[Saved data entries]

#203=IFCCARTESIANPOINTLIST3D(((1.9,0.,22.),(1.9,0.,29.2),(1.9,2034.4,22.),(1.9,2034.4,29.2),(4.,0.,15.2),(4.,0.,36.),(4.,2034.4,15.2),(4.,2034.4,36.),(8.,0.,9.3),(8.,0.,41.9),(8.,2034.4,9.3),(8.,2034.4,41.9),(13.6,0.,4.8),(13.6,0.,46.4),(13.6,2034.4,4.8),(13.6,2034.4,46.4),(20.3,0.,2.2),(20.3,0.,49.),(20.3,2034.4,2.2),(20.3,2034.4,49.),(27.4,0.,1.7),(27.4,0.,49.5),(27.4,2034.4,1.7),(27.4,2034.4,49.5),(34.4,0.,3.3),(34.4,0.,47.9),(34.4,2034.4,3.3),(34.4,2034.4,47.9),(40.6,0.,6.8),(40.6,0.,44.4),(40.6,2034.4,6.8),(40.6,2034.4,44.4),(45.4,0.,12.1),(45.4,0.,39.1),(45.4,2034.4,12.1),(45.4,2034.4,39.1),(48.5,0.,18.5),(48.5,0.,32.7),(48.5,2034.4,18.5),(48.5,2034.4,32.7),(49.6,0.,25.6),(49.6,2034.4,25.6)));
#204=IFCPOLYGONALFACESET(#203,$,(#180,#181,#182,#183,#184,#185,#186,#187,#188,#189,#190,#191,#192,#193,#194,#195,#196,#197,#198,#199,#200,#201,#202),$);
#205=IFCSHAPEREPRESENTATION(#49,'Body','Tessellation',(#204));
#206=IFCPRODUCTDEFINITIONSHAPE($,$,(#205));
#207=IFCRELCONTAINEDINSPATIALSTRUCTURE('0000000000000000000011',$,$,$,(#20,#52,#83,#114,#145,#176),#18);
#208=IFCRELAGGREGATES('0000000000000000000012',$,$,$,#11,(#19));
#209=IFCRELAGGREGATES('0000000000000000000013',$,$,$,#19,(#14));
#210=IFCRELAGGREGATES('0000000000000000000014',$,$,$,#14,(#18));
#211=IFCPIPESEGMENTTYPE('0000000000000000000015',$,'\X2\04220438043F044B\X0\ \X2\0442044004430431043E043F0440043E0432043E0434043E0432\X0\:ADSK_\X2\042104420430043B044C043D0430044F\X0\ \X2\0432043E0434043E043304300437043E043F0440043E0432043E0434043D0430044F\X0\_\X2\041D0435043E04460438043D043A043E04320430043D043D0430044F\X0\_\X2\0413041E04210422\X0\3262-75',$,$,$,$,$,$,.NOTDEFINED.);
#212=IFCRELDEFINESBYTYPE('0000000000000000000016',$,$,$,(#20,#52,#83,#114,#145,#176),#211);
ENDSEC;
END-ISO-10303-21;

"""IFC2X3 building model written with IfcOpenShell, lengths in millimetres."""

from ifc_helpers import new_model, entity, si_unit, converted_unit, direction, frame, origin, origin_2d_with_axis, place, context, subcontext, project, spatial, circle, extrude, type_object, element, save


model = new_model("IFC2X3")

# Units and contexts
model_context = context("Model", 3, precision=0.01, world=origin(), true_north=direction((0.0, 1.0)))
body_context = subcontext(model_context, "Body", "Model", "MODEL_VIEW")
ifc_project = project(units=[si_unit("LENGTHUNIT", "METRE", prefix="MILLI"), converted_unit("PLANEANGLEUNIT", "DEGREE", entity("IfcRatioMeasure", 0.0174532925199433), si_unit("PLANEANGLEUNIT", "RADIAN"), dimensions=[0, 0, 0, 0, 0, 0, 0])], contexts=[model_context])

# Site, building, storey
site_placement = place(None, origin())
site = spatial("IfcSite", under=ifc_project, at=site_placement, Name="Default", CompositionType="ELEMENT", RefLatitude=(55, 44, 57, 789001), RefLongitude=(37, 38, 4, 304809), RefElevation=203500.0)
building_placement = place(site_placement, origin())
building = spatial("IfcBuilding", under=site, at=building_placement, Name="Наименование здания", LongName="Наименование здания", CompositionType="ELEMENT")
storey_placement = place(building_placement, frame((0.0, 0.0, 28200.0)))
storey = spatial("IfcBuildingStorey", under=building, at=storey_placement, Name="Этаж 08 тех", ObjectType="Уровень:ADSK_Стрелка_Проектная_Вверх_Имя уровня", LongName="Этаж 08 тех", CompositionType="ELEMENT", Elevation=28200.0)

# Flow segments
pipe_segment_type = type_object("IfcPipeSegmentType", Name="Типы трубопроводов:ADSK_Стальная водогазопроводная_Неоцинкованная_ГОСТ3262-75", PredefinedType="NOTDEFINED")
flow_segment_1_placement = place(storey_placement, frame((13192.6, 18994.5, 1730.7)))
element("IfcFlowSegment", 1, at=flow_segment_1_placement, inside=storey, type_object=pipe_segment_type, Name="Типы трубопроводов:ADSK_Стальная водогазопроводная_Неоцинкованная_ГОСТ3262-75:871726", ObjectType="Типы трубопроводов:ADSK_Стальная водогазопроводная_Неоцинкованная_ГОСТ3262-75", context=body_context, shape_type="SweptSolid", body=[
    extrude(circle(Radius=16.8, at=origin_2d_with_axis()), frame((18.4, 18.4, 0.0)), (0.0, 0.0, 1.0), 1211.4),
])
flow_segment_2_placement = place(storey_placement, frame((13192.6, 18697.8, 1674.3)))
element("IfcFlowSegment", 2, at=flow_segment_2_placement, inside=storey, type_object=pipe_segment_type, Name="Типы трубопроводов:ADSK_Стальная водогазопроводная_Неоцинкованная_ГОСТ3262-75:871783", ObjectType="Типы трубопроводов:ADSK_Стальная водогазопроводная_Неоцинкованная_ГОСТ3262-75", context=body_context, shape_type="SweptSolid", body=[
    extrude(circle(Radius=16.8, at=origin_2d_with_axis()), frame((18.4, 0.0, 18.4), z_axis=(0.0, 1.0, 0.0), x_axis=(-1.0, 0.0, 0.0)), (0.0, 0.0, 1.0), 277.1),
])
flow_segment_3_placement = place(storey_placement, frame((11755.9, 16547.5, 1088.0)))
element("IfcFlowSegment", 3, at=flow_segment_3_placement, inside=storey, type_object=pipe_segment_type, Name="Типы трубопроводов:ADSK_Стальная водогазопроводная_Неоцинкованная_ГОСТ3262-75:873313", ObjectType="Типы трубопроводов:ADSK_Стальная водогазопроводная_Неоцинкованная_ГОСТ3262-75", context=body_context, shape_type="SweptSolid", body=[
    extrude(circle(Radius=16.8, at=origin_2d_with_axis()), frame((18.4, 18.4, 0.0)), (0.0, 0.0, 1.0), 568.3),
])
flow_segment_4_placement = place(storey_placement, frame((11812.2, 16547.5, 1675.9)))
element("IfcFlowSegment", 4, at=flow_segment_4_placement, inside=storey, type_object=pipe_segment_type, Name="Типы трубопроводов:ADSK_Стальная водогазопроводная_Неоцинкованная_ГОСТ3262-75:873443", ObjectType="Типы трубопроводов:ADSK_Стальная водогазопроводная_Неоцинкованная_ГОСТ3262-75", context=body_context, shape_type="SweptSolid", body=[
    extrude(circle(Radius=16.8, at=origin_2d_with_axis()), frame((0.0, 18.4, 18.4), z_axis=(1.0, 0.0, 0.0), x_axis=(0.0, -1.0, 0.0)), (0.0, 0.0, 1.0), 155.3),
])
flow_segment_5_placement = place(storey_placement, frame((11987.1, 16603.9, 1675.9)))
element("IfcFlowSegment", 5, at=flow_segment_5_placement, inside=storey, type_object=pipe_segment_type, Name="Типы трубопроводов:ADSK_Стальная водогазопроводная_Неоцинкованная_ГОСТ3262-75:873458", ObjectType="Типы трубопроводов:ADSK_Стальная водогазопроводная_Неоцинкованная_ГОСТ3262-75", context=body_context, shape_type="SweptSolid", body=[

» WHAT YOU SHOULD DO: Return, with no change at all, every line in the entries above from the line containing "#205=IFCSHAPEREPRESENTATION(#49,'Body','Tessellation',(#204));" through the line containing "#210=IFCRELAGGREGATES('0000000000000000000014',$,$,$,#14,(#18));".

» YOUR RESPONSE:
#205=IFCSHAPEREPRESENTATION(#49,'Body','Tessellation',(#204));
#206=IFCPRODUCTDEFINITIONSHAPE($,$,(#205));
#207=IFCRELCONTAINEDINSPATIALSTRUCTURE('0000000000000000000011',$,$,$,(#20,#52,#83,#114,#145,#176),#18);
#208=IFCRELAGGREGATES('0000000000000000000012',$,$,$,#11,(#19));
#209=IFCRELAGGREGATES('0000000000000000000013',$,$,$,#19,(#14));
#210=IFCRELAGGREGATES('0000000000000000000014',$,$,$,#14,(#18));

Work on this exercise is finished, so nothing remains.